# Task goal
Report the number of lines below in which the word "IFCRELFILLSELEMENT" occurs. Nothing else is needed.
************
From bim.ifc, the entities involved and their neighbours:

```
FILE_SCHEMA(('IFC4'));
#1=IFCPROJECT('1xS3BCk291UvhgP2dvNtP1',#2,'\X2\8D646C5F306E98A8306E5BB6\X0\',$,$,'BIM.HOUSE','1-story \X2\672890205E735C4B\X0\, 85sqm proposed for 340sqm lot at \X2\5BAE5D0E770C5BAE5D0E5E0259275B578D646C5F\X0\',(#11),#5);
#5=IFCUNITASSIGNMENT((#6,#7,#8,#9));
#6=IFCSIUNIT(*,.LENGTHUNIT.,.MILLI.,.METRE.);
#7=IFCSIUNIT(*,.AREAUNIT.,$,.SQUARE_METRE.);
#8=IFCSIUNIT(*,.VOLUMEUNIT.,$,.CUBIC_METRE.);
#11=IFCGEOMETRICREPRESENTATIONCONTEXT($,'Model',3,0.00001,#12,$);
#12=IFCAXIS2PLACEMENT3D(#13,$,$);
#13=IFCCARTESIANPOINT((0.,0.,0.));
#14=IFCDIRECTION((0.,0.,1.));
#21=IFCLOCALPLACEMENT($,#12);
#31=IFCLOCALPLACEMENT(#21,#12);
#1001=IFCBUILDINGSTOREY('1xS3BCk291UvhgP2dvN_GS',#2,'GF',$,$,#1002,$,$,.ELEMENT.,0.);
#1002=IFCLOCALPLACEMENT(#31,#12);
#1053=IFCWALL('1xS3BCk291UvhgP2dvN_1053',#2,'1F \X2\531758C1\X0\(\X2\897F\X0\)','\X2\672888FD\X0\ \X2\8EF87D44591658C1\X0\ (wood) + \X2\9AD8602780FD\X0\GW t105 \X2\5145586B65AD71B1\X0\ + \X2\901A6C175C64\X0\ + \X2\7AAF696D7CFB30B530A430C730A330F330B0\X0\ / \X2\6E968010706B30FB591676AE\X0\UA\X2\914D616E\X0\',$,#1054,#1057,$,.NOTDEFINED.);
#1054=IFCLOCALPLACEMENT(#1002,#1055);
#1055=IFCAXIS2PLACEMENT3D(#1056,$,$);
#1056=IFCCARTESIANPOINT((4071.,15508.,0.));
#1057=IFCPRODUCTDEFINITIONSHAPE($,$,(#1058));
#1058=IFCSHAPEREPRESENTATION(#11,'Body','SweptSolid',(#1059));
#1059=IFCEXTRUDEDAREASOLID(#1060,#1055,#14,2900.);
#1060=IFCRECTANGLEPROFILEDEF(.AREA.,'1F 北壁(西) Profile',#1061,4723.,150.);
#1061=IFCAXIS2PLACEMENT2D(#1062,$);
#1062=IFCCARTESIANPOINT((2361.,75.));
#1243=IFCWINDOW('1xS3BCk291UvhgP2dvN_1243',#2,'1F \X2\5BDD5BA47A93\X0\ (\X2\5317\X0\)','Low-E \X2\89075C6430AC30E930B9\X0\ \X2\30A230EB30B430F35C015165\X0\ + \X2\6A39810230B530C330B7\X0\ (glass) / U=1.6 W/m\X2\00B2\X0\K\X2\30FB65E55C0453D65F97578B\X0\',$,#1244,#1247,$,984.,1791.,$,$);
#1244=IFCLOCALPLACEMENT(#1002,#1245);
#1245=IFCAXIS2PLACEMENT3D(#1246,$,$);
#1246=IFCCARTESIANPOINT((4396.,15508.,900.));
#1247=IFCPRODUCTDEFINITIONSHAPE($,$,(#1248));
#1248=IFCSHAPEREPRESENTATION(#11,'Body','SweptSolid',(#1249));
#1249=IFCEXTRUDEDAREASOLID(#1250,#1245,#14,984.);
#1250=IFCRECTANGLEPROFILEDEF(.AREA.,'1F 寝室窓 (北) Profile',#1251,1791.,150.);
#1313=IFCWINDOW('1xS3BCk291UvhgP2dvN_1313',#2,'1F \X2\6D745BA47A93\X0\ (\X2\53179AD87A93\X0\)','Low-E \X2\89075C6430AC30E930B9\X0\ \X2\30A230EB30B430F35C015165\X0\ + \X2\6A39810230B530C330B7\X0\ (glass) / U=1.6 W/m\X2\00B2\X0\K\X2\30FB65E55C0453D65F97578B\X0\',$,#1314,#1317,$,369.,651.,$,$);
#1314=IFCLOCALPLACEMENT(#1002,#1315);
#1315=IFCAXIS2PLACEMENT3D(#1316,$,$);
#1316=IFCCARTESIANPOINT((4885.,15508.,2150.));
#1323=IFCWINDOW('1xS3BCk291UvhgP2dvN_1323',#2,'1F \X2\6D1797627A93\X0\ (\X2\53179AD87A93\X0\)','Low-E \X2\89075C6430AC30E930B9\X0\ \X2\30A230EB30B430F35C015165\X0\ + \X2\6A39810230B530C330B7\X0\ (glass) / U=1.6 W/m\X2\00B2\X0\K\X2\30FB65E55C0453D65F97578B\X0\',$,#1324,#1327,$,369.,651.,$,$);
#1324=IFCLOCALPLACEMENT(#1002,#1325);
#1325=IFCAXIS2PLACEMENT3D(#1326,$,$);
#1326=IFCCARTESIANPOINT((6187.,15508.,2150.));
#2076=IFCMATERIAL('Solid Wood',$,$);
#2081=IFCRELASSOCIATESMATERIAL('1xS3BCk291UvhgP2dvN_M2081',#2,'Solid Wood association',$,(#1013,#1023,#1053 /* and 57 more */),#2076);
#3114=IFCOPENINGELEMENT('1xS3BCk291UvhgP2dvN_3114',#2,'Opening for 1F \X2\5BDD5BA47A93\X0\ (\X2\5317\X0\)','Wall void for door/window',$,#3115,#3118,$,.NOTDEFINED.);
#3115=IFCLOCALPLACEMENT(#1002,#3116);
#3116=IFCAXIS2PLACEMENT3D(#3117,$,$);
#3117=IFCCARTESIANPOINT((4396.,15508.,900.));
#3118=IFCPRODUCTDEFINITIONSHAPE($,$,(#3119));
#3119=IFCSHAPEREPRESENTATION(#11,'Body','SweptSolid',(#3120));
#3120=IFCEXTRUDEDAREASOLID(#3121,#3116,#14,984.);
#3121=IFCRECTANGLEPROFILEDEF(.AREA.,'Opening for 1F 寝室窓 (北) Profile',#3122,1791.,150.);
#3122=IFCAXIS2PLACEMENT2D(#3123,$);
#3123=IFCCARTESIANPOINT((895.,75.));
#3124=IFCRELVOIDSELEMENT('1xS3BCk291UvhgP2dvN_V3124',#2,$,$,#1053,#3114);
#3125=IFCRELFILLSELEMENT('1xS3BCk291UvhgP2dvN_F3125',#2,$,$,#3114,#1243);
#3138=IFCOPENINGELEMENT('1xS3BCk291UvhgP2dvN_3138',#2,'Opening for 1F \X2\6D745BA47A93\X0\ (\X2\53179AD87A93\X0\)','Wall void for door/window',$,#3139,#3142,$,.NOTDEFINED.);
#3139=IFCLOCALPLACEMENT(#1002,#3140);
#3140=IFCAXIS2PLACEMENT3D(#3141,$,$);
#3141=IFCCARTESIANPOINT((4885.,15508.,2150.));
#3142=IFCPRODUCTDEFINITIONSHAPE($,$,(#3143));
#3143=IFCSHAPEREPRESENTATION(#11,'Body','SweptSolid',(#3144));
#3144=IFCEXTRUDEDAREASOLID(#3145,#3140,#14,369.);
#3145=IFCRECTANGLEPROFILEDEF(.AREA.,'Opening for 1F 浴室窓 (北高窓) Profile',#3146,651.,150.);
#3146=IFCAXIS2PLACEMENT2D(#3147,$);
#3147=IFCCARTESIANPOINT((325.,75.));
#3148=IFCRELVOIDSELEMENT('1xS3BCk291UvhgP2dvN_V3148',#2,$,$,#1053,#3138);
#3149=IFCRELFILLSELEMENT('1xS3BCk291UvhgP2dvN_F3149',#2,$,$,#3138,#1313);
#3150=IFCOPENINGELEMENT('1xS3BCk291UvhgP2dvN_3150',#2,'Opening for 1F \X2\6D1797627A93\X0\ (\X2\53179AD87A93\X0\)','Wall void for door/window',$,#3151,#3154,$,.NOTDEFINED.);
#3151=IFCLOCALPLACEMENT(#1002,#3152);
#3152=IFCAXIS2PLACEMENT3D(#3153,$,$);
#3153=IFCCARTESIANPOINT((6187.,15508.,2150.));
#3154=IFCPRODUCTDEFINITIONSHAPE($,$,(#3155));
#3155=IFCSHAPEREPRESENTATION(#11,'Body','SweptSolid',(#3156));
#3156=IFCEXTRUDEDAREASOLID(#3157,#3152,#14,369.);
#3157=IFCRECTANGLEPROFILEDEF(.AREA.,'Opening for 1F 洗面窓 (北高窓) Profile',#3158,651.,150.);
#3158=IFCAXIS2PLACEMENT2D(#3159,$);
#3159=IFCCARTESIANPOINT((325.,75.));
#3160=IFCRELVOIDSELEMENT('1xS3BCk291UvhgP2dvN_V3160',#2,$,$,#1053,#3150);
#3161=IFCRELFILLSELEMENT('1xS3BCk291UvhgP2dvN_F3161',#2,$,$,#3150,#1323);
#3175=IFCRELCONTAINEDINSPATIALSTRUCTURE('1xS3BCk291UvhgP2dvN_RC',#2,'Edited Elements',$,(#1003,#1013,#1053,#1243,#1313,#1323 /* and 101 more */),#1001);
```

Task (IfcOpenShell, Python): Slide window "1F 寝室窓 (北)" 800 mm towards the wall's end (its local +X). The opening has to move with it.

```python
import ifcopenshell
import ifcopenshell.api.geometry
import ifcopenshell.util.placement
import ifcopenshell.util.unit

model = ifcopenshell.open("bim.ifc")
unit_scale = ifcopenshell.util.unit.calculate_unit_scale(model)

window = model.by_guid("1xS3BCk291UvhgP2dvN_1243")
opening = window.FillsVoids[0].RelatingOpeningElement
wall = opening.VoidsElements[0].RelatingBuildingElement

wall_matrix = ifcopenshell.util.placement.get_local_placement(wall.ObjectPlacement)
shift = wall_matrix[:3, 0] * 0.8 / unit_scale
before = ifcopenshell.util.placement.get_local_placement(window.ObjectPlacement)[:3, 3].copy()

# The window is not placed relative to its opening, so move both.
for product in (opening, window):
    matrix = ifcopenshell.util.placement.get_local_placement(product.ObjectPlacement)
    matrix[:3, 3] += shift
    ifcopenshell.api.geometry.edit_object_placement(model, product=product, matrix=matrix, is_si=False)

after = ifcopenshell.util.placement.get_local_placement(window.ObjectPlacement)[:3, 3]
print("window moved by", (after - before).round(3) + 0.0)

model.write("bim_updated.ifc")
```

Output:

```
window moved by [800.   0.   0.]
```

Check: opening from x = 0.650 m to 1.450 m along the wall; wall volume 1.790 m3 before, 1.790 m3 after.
************
# Reply to the task
3